Return every line from the one with "#48=IFCINDEXEDPOLYGONALFACE((1,2,4,3));" through the one with "#56=IFCSHAPEREPRESENTATION(#41,'Body','Tessellation',(#55));", inclusive, exactly as it appears below.

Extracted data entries

==============================

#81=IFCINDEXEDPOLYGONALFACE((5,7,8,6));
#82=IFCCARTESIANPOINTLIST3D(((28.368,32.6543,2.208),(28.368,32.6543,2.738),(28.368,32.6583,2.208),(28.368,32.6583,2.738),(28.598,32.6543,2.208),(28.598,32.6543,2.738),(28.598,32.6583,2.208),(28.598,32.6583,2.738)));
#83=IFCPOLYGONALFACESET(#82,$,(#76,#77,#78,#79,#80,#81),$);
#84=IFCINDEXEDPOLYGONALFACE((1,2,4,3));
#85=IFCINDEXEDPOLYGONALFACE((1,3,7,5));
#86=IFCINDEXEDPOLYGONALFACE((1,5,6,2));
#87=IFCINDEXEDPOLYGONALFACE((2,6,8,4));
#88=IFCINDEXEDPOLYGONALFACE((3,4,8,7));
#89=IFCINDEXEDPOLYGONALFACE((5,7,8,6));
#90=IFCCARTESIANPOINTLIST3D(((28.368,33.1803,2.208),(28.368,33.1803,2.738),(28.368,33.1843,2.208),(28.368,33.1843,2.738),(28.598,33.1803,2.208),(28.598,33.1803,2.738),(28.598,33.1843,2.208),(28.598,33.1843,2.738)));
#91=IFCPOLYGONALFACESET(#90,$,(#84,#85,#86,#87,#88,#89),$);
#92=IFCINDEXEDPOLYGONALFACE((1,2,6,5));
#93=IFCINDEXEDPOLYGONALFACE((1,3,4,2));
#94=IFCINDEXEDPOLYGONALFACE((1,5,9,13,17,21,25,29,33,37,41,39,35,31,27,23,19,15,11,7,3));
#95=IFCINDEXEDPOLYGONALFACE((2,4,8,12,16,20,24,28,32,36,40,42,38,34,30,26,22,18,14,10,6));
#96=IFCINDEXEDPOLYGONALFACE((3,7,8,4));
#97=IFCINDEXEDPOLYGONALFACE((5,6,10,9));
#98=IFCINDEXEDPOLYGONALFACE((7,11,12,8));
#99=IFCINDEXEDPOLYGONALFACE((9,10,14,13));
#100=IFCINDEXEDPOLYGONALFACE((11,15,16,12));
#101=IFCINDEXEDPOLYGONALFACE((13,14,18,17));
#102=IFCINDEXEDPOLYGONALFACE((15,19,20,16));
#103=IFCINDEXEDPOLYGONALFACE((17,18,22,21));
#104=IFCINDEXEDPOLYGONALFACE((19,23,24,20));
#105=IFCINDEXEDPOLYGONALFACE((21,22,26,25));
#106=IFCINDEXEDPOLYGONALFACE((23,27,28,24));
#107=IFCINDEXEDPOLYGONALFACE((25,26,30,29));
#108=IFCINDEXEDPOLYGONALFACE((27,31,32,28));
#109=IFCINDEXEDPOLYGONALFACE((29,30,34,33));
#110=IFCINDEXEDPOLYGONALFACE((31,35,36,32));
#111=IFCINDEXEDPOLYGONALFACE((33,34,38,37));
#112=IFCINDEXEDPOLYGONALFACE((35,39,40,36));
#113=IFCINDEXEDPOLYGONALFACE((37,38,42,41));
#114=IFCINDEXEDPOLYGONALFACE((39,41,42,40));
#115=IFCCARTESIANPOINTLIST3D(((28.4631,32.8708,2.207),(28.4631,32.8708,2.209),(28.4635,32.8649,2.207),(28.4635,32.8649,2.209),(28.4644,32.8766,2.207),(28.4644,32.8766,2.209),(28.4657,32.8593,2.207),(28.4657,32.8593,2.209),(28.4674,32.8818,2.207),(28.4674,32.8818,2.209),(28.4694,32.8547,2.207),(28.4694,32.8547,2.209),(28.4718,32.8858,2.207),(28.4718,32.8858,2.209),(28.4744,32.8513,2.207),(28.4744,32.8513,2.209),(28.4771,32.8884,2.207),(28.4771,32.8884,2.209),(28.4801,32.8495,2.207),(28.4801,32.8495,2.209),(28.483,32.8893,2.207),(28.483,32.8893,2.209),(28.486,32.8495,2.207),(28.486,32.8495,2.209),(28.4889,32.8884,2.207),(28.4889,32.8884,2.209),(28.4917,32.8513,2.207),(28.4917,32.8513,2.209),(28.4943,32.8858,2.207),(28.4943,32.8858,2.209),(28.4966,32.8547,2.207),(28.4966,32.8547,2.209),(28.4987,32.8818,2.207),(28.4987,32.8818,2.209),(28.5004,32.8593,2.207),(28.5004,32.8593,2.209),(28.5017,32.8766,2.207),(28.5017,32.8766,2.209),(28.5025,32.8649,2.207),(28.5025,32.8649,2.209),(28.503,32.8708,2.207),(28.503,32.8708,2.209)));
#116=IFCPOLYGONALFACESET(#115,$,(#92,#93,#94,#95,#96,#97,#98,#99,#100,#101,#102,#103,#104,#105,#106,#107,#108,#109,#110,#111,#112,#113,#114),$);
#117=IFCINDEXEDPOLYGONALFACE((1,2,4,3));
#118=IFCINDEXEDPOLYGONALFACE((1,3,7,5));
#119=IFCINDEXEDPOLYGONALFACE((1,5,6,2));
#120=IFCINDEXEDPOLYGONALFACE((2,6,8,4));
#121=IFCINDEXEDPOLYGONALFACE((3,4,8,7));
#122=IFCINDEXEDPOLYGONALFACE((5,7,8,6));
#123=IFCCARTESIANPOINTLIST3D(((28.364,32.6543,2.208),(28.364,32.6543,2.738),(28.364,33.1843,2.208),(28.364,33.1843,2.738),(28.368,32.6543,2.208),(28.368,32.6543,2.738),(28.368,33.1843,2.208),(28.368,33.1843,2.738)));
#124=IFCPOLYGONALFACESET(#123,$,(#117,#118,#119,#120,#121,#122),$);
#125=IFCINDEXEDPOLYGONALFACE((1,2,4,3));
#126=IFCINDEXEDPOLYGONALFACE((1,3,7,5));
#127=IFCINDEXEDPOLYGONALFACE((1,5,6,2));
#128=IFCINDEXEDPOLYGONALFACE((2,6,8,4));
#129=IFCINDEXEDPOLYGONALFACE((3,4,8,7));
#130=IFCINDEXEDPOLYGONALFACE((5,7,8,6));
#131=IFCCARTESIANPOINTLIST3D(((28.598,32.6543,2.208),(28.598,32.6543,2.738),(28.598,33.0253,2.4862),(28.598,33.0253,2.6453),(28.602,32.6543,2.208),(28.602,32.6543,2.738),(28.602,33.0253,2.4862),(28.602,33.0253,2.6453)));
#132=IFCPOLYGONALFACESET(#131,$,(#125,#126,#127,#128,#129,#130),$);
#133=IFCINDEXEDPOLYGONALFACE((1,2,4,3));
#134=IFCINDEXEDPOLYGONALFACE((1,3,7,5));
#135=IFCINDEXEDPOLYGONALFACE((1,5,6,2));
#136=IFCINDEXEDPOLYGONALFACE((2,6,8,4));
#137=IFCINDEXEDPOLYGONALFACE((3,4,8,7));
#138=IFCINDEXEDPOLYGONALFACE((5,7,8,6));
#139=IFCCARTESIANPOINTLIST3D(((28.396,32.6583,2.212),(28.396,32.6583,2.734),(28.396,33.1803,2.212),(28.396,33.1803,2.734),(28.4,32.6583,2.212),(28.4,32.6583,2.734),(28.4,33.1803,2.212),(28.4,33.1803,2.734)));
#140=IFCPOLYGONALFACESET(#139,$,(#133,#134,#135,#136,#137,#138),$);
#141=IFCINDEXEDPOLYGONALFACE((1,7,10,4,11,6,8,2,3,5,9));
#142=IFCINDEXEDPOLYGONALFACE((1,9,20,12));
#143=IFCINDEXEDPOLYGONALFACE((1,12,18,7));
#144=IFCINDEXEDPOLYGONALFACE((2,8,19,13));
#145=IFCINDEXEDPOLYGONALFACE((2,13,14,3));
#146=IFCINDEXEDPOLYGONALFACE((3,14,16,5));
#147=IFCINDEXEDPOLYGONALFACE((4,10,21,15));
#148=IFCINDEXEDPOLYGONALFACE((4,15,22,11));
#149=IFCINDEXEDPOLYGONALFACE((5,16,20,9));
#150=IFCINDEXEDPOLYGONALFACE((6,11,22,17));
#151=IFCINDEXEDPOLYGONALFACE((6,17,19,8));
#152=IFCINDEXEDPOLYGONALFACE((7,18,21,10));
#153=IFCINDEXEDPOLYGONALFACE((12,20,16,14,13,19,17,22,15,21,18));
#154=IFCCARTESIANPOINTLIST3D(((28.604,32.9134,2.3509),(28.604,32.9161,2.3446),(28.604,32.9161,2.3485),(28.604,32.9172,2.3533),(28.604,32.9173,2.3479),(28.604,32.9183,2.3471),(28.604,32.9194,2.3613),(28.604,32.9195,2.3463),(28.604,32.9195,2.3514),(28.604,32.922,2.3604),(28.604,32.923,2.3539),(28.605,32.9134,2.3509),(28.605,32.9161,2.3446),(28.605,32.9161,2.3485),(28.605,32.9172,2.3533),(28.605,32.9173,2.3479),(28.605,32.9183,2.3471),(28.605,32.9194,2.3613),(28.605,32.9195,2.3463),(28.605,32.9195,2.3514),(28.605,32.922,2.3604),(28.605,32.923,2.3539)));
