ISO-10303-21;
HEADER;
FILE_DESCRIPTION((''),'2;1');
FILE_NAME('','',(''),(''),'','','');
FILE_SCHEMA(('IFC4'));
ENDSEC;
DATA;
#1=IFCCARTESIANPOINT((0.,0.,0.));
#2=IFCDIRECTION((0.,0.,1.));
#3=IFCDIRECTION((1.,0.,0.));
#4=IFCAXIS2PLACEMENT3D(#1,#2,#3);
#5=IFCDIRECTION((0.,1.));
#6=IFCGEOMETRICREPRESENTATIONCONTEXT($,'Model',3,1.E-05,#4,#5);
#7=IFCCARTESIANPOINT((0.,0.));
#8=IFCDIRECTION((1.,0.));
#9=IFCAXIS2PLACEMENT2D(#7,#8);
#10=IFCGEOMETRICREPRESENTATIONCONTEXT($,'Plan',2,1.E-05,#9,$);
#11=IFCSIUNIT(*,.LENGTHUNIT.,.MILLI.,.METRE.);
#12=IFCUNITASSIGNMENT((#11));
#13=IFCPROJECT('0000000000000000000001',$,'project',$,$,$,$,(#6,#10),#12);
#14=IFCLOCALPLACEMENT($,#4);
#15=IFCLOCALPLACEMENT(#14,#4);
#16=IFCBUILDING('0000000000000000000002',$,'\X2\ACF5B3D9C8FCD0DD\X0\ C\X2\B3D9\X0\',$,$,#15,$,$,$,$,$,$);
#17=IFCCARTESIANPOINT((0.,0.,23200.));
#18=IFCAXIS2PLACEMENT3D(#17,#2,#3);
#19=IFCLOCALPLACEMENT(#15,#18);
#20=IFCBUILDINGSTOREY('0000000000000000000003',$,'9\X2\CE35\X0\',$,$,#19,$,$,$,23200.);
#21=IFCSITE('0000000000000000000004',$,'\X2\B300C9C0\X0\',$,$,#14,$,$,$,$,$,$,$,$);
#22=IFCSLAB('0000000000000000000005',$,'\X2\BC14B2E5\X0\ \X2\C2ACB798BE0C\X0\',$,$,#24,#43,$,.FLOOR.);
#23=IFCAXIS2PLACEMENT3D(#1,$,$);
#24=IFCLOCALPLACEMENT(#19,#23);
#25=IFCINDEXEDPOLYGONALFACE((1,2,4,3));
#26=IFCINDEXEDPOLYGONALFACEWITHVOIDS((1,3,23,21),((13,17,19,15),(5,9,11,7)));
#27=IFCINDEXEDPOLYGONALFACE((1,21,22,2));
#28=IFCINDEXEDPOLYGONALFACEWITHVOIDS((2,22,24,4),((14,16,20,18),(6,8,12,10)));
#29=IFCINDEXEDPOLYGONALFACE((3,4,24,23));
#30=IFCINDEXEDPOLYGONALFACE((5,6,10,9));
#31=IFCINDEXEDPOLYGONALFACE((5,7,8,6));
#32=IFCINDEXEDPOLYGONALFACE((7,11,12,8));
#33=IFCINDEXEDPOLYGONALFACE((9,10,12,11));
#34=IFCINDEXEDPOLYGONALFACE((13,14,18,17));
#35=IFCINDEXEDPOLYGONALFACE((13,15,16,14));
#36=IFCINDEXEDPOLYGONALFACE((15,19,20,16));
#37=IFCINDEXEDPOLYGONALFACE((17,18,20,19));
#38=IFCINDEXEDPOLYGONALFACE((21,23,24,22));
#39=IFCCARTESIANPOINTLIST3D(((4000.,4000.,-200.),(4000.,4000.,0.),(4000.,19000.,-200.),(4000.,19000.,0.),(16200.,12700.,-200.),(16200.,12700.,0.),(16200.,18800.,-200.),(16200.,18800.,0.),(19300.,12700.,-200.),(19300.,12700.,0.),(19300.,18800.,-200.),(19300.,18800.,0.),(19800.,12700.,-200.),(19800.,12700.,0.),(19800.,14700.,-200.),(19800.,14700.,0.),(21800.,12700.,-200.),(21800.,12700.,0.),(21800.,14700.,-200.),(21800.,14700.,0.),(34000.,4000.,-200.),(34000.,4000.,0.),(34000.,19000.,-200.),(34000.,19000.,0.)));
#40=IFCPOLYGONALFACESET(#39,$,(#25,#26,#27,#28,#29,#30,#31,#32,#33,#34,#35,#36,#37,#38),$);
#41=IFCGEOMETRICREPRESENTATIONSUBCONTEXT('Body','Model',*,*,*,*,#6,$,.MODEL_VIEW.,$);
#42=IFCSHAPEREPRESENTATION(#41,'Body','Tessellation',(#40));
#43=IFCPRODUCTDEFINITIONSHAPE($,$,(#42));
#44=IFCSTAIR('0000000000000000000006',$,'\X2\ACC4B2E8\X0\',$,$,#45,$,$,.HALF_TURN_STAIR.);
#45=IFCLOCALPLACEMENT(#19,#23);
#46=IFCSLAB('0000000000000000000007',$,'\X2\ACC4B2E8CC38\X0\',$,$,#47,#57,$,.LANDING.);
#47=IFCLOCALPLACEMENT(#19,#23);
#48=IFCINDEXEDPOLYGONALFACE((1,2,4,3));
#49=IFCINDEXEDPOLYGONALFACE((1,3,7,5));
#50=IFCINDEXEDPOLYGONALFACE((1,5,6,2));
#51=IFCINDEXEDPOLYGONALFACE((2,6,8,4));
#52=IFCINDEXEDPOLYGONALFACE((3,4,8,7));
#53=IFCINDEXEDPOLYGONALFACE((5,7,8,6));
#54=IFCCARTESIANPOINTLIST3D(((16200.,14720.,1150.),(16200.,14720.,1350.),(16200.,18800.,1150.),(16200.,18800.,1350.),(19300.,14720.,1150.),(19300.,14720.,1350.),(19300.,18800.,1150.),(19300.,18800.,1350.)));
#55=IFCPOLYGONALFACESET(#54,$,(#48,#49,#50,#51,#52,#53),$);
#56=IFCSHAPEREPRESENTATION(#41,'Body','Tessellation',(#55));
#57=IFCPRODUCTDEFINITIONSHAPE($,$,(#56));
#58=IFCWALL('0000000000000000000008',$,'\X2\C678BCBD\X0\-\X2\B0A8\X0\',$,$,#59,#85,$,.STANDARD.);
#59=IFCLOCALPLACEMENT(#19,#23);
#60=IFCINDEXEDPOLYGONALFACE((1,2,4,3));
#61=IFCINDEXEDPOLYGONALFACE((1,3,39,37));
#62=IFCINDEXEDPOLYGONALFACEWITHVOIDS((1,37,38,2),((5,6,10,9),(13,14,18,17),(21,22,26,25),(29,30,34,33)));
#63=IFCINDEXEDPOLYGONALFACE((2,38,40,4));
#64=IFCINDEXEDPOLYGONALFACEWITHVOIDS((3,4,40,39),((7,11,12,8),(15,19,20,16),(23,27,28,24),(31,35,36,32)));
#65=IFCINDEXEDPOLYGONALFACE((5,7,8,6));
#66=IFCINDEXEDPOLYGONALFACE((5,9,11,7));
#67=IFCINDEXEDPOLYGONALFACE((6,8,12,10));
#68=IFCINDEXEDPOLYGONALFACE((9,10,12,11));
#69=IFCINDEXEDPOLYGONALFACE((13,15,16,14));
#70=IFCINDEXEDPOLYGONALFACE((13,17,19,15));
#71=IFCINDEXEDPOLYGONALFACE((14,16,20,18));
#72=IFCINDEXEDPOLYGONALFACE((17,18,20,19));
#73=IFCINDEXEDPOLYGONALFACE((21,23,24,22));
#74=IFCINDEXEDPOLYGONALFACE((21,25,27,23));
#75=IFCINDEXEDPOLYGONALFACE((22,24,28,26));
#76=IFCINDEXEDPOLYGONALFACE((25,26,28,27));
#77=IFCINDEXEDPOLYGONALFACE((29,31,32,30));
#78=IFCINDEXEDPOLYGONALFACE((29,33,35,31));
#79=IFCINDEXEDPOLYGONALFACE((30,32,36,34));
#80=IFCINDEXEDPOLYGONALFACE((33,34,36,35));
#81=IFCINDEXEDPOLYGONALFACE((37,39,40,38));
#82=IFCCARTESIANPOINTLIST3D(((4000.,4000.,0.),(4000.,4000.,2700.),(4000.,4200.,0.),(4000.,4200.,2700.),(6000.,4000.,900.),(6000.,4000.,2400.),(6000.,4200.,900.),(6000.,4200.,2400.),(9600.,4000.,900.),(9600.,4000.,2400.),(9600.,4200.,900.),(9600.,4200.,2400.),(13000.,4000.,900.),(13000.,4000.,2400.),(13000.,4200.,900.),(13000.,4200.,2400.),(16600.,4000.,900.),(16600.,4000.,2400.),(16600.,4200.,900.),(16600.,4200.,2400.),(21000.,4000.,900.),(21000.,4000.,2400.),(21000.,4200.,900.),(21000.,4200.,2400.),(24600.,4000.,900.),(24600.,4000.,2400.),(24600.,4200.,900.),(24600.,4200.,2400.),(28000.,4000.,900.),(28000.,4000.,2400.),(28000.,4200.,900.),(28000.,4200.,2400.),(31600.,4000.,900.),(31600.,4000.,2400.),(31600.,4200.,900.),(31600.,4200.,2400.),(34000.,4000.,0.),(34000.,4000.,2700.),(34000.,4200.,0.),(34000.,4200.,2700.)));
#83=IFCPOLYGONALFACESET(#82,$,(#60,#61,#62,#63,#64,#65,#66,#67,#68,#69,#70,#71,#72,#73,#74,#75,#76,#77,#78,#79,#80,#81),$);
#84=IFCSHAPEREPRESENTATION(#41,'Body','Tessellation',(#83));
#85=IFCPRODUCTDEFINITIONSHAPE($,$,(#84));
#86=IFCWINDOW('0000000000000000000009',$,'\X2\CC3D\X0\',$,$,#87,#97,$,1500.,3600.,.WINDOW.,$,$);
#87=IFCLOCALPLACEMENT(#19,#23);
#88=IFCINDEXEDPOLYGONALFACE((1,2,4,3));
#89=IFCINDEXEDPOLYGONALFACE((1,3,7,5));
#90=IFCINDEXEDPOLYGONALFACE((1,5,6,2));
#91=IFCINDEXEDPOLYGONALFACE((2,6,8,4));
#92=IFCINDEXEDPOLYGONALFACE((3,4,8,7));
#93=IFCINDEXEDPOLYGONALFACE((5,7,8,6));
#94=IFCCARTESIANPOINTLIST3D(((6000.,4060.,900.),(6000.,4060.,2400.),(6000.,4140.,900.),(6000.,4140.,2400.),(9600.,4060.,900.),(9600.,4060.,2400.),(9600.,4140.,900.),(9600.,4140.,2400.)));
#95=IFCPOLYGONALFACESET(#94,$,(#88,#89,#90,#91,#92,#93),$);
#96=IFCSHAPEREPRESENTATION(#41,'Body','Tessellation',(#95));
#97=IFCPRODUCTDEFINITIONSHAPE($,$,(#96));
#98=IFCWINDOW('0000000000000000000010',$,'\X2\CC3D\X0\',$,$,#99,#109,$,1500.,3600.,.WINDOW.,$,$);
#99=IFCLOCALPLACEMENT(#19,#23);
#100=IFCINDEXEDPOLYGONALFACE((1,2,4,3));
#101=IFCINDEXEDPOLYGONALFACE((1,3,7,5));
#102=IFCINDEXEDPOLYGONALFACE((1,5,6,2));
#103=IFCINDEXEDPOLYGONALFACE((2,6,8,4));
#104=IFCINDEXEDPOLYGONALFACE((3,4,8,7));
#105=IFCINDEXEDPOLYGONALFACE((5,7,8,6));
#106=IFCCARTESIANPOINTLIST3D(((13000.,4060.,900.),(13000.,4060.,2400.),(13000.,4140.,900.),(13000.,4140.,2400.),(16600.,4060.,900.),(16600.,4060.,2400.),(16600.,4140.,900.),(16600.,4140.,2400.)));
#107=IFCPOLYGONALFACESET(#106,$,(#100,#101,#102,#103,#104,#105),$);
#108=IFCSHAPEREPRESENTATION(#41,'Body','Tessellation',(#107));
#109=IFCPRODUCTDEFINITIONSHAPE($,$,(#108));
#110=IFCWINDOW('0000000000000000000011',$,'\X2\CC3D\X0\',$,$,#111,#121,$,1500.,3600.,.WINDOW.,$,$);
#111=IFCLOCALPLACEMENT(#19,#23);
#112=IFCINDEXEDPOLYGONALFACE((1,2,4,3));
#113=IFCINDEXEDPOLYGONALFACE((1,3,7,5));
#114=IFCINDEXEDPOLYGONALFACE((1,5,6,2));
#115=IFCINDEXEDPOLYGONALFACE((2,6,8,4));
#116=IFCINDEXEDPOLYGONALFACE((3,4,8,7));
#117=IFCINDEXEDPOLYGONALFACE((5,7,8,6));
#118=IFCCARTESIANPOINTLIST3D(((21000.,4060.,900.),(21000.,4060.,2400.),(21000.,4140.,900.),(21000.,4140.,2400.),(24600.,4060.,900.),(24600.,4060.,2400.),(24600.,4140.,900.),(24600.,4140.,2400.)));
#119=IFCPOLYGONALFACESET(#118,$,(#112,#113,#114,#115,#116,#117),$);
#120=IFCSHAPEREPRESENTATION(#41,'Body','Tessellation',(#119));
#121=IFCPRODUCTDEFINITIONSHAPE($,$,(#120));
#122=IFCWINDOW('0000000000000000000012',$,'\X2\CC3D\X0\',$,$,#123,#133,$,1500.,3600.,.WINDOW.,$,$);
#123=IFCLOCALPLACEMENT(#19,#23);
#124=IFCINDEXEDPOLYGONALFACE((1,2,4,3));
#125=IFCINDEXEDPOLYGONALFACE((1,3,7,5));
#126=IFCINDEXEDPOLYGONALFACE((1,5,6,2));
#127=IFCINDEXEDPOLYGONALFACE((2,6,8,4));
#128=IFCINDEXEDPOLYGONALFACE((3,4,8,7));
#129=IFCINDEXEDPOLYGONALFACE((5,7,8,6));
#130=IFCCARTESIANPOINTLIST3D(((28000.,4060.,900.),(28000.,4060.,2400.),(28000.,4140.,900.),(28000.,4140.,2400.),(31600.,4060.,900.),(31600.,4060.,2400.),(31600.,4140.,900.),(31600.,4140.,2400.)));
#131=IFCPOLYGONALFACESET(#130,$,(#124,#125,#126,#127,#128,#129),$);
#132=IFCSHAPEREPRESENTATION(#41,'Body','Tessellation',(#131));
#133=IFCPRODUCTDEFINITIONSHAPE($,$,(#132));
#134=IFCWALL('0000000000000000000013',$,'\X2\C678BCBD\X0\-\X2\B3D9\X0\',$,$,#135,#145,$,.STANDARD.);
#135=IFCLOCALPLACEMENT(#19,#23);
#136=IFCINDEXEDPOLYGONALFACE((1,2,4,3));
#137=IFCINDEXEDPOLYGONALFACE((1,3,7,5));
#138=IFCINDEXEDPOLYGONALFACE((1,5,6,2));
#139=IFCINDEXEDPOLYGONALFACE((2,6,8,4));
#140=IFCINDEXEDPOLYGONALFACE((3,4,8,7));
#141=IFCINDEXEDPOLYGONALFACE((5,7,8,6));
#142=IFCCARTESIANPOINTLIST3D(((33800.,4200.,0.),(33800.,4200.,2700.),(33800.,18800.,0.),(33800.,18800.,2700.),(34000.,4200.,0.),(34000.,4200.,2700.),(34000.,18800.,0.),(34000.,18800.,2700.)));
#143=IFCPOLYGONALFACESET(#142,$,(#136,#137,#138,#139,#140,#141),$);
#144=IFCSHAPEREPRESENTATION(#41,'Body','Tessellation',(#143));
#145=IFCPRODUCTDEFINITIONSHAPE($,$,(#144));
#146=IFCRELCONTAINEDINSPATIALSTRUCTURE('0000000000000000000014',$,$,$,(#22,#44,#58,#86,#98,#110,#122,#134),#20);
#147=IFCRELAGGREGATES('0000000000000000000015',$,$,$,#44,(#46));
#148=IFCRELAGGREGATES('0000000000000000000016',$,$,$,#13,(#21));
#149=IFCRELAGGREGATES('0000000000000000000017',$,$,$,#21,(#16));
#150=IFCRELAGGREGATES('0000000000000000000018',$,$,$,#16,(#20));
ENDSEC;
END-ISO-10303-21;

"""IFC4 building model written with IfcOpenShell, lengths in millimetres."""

from ifc_helpers import new_model, si_unit, direction, frame, origin_with_axes, origin_2d_with_axis, place, context, subcontext, project, spatial, polyline, outline, extrude, element, fill, aggregate, save


model = new_model("IFC4")

# Units and contexts
model_context = context("Model", 3, precision=1e-05, world=origin_with_axes(), true_north=direction((0.0, 1.0)))
plan_context = context("Plan", 2, precision=1e-05, world=origin_2d_with_axis())
body_context = subcontext(model_context, "Body", "Model", "MODEL_VIEW")
ifc_project = project(units=[si_unit("LENGTHUNIT", "METRE", prefix="MILLI")], contexts=[model_context, plan_context])

# Site, building, storey
site_placement = place(None, origin_with_axes())
site = spatial("IfcSite", under=ifc_project, at=site_placement, Name="대지")
building_placement = place(site_placement, origin_with_axes())
building = spatial("IfcBuilding", under=site, at=building_placement, Name="공동주택 C동")
storey_placement = place(building_placement, frame((0.0, 0.0, 23200.0), z_axis=(0.0, 0.0, 1.0), x_axis=(1.0, 0.0, 0.0)))
storey = spatial("IfcBuildingStorey", under=building, at=storey_placement, Name="9층", Elevation=23200.0)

==============================

- Written solution -
#48=IFCINDEXEDPOLYGONALFACE((1,2,4,3));
#49=IFCINDEXEDPOLYGONALFACE((1,3,7,5));
#50=IFCINDEXEDPOLYGONALFACE((1,5,6,2));
#51=IFCINDEXEDPOLYGONALFACE((2,6,8,4));
#52=IFCINDEXEDPOLYGONALFACE((3,4,8,7));
#53=IFCINDEXEDPOLYGONALFACE((5,7,8,6));
#54=IFCCARTESIANPOINTLIST3D(((16200.,14720.,1150.),(16200.,14720.,1350.),(16200.,18800.,1150.),(16200.,18800.,1350.),(19300.,14720.,1150.),(19300.,14720.,1350.),(19300.,18800.,1150.),(19300.,18800.,1350.)));
#55=IFCPOLYGONALFACESET(#54,$,(#48,#49,#50,#51,#52,#53),$);
#56=IFCSHAPEREPRESENTATION(#41,'Body','Tessellation',(#55));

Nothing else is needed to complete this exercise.